Should either of those stacks fail, he adds, the harbor “would be totally annihilated. It is really not too strong a term to use.” The nutrient-laden water could fuel algae blooms, endangering already vulnerable marine life.

At the end of Wednesday, with pumps still gushing out millions of gallons of wastewater, state senators passed an amendment that would allocate $3m – what appears to be the first tranche of funds in a $200m plan to close and clean up the site – to dispose of the wastewater.

Compton says the plan entails building a well injection in order to get rid of the wastewater – an idea facing opposition from surrounding residents, national organizations, and anybody who has an interest in agriculture in the area. “When you put wastewater into the ground, you really have no idea where it goes next. There’s no 100% foolproof way to monitor which way the aquifer flows and where it ultimately ends up.”

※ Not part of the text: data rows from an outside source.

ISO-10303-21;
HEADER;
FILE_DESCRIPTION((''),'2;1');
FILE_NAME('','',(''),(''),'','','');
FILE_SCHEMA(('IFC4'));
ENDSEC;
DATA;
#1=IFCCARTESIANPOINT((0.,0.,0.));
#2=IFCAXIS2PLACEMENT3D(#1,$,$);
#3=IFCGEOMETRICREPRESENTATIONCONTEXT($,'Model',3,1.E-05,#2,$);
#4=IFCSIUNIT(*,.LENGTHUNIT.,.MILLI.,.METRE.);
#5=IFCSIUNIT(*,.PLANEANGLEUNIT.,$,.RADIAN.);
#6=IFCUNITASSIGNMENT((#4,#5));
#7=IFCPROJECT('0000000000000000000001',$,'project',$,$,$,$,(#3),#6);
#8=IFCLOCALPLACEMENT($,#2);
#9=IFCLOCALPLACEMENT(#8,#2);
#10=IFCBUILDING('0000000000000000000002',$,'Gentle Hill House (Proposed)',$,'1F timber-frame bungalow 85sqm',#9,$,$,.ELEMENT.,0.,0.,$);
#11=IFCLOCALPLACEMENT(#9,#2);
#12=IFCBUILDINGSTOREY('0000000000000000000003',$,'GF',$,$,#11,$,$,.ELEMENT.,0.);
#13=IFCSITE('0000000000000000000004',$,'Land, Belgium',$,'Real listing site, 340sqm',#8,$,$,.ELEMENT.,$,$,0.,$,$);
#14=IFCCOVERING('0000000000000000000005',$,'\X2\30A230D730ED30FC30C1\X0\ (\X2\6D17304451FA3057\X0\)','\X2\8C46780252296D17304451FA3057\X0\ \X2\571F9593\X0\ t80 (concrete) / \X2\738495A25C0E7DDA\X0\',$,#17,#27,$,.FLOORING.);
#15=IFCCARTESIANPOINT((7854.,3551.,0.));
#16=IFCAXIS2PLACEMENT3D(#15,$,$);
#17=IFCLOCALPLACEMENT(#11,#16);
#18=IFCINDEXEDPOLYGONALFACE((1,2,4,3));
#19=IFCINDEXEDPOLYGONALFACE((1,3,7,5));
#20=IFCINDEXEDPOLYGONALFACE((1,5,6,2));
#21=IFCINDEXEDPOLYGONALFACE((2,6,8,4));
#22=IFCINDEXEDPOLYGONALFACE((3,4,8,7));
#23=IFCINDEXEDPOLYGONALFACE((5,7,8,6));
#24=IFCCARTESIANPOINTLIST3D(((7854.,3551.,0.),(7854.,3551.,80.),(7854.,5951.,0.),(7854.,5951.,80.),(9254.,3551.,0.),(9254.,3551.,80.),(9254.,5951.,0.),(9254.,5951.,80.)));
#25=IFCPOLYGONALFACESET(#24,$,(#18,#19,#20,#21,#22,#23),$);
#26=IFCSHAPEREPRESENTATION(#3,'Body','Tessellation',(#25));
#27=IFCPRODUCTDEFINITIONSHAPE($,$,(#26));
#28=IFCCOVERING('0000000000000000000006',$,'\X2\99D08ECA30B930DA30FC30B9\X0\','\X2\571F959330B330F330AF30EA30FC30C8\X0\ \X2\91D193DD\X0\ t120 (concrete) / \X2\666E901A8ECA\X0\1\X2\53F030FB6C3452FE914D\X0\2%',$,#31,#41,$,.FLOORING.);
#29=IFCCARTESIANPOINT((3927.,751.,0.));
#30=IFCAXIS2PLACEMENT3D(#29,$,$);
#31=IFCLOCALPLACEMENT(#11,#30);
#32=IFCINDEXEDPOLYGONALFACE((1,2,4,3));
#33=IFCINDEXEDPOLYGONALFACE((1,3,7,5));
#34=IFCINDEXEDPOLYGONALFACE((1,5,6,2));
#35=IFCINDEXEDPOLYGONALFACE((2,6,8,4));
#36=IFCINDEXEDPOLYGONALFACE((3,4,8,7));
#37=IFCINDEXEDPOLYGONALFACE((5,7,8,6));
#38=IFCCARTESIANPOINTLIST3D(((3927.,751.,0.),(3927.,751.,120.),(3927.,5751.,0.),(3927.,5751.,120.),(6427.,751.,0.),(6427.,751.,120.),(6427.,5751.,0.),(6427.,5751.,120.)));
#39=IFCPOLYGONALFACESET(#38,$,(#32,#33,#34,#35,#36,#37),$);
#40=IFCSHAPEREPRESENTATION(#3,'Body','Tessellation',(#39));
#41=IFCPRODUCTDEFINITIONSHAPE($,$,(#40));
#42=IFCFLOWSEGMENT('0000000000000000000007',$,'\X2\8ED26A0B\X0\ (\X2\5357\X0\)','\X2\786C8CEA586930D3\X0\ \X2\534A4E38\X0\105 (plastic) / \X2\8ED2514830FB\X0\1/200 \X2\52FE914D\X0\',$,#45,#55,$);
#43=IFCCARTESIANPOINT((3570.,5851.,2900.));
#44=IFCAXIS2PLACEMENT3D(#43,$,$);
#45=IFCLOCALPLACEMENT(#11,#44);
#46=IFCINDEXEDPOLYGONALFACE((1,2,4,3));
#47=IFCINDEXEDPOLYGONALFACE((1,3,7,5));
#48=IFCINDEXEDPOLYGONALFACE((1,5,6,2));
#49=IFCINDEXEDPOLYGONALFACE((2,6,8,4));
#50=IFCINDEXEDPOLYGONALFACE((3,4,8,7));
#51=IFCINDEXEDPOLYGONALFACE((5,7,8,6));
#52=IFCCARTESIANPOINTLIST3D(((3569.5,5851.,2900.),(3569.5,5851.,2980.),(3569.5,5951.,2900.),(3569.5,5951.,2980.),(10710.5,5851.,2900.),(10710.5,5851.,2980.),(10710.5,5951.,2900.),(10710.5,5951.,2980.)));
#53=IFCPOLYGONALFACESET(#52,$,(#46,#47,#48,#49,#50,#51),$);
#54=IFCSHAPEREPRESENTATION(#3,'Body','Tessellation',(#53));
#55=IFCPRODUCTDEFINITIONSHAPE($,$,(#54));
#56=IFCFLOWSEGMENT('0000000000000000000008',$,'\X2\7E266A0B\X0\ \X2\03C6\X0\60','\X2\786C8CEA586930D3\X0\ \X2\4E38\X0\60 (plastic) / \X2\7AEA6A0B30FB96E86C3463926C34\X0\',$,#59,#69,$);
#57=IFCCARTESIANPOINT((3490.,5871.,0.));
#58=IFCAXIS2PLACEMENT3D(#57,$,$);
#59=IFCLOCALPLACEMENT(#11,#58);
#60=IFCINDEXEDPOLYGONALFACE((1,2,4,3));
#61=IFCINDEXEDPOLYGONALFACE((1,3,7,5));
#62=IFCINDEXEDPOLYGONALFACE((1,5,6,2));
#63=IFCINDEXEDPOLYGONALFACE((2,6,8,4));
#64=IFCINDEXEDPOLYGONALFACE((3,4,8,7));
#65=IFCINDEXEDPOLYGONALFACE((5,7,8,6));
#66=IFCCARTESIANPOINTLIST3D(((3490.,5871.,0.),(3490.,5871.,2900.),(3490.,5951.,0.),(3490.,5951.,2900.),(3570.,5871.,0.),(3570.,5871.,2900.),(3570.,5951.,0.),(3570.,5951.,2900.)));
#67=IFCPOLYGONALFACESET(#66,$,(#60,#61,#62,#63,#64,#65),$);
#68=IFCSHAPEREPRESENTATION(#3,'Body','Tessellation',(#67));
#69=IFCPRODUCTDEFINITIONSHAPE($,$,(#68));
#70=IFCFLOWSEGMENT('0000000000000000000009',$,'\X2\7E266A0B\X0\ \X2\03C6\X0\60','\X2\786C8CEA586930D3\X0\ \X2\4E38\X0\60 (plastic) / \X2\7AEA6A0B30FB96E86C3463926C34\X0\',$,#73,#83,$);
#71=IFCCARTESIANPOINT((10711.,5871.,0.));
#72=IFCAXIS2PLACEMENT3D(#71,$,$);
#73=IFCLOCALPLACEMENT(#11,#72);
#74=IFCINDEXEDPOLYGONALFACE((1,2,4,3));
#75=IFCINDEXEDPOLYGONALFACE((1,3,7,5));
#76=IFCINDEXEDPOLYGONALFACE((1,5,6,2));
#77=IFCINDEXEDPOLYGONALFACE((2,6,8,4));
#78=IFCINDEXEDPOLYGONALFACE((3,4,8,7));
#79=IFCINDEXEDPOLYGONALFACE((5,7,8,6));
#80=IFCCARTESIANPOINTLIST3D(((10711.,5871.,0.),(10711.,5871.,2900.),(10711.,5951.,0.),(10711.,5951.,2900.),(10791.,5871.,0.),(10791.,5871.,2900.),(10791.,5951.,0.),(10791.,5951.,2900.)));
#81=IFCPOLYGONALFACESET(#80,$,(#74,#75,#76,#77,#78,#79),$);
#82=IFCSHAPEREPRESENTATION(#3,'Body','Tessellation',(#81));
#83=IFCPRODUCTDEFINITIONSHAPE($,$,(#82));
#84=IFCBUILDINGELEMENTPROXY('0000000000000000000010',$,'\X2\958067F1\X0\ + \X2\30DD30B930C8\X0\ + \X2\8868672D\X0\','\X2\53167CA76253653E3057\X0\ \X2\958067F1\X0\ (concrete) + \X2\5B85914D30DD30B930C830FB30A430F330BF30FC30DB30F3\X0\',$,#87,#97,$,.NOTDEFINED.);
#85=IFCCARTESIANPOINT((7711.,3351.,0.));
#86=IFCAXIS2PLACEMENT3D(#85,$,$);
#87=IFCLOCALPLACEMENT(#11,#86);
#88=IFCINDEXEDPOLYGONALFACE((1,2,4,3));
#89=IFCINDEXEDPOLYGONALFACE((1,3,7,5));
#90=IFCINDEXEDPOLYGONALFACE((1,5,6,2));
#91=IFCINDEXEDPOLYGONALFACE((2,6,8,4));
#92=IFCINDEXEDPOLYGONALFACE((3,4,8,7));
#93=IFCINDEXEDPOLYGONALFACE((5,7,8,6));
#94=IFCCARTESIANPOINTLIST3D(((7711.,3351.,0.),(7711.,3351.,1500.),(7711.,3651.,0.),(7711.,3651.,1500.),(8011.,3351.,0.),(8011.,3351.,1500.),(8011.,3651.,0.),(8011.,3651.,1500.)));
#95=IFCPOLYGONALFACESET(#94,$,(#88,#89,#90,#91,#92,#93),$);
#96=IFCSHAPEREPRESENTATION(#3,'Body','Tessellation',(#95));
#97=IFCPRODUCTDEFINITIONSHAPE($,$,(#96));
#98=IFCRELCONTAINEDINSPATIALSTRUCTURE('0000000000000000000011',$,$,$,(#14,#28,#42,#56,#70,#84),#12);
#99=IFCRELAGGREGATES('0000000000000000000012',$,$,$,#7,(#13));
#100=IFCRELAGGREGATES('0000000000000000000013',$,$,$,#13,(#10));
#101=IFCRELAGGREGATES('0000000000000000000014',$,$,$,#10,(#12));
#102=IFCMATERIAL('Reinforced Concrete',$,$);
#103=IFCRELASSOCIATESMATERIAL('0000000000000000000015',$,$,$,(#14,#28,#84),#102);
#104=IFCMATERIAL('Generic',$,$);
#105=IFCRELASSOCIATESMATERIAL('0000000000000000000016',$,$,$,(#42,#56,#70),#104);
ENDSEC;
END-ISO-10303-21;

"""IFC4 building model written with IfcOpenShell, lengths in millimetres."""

from ifc_helpers import new_model, si_unit, frame, frame_2d, origin, place, context, project, spatial, rectangle, extrude, material, element, save


model = new_model("IFC4")

# Units and contexts
model_context = context("Model", 3, precision=1e-05, world=origin())
ifc_project = project(units=[si_unit("LENGTHUNIT", "METRE", prefix="MILLI"), si_unit("PLANEANGLEUNIT", "RADIAN")], contexts=[model_context])

# Site, building, storey
site_placement = place(None, origin())
site = spatial("IfcSite", under=ifc_project, at=site_placement, Name="Land, Belgium", ObjectType="Real listing site, 340sqm", CompositionType="ELEMENT", RefElevation=0.0)
building_placement = place(site_placement, origin())
building = spatial("IfcBuilding", under=site, at=building_placement, Name="Gentle Hill House (Proposed)", ObjectType="1F timber-frame bungalow 85sqm", CompositionType="ELEMENT", ElevationOfRefHeight=0.0, ElevationOfTerrain=0.0)
storey_placement = place(building_placement, origin())
storey = spatial("IfcBuildingStorey", under=building, at=storey_placement, Name="GF", CompositionType="ELEMENT", Elevation=0.0)

# Shared definitions
ifc_material_1 = material(Name="Reinforced Concrete")

# Coverings
covering_1_placement = place(storey_placement, frame((7854.0, 3551.0, 0.0)))
element("IfcCovering", 1, at=covering_1_placement, inside=storey, material=ifc_material_1, Name="アプローチ (洗い出し)", Description="豆砂利洗い出し 土間 t80 (concrete) / 玄関導線", PredefinedType="FLOORING", context=model_context, shape_type="SweptSolid", body=[
    extrude(rectangle(XDim=1400.0, YDim=2400.0, at=frame_2d((700.0, 1200.0))), frame((7854.0, 3551.0, 0.0)), (0.0, 0.0, 1.0), 80.0),
])
covering_2_placement = place(storey_placement, frame((3927.0, 751.0, 0.0)))
element("IfcCovering", 2, at=covering_2_placement, inside=storey, material=ifc_material_1, Name="駐車スペース", Description="土間コンクリート 金鏝 t120 (concrete) / 普通車1台・水勾配2%", PredefinedType="FLOORING", context=model_context, shape_type="SweptSolid", body=[
    extrude(rectangle(XDim=2500.0, YDim=5000.0, at=frame_2d((1250.0, 2500.0))), frame((3927.0, 751.0, 0.0)), (0.0, 0.0, 1.0), 120.0),
])

# Flow segments
ifc_material_2 = material(Name="Generic")
flow_segment_1_placement = place(storey_placement, frame((3570.0, 5851.0, 2900.0)))
element("IfcFlowSegment", 3, at=flow_segment_1_placement, inside=storey, material=ifc_material_2, Name="軒樋 (南)", Description="硬質塩ビ 半丸105 (plastic) / 軒先・1/200 勾配", context=model_context, shape_type="SweptSolid", body=[
    extrude(rectangle(XDim=7141.0, YDim=100.0, at=frame_2d((3570.0, 50.0))), frame((3570.0, 5851.0, 2900.0)), (0.0, 0.0, 1.0), 80.0),
])
flow_segment_2_placement = place(storey_placement, frame((3490.0, 5871.0, 0.0)))
element("IfcFlowSegment", 4, at=flow_segment_2_placement, inside=storey, material=ifc_material_2, Name="縦樋 φ60", Description="硬質塩ビ 丸60 (plastic) / 竪樋・雨水排水", context=model_context, shape_type="SweptSolid", body=[
    extrude(rectangle(XDim=80.0, YDim=80.0, at=frame_2d((40.0, 40.0))), frame((3490.0, 5871.0, 0.0)), (0.0, 0.0, 1.0), 2900.0),
])
flow_segment_3_placement = place(storey_placement, frame((10711.0, 5871.0, 0.0)))
element("IfcFlowSegment", 5, at=flow_segment_3_placement, inside=storey, material=ifc_material_2, Name="縦樋 φ60", Description="硬質塩ビ 丸60 (plastic) / 竪樋・雨水排水", context=model_context, shape_type="SweptSolid", body=[
    extrude(rectangle(XDim=80.0, YDim=80.0, at=frame_2d((40.0, 40.0))), frame((10711.0, 5871.0, 0.0)), (0.0, 0.0, 1.0), 2900.0),
])

# Building element proxy
proxy_placement = place(storey_placement, frame((7711.0, 3351.0, 0.0)))
element("IfcBuildingElementProxy", 6, at=proxy_placement, inside=storey, material=ifc_material_1, Name="門柱 + ポスト + 表札", Description="化粧打放し 門柱 (concrete) + 宅配ポスト・インターホン", PredefinedType="NOTDEFINED", context=model_context, shape_type="SweptSolid", body=[
    extrude(rectangle(XDim=300.0, YDim=300.0, at=frame_2d((150.0, 150.0))), frame((7711.0, 3351.0, 0.0)), (0.0, 0.0, 1.0), 1500.0),
])

save(model, "model.ifc")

The Piney Point site is shaping up to be a costly environmental catastrophe, and Compton thinks the fertilizer industry should be accountable for disposing of its waste, rather than passing the cost on to taxpayers. But even with talks of the fertilizer plant’s cleanup and closure on the horizon, he’s not optimistic the threat of pollution from its wastewater will soon disappear.

“There’s a local saying that if you go to a Manatee county commission meeting 50 years from now, there’s two things that’ll be on the agenda: sewage spills and Piney Point,” Compton adds. “This isn’t going away anytime soon.”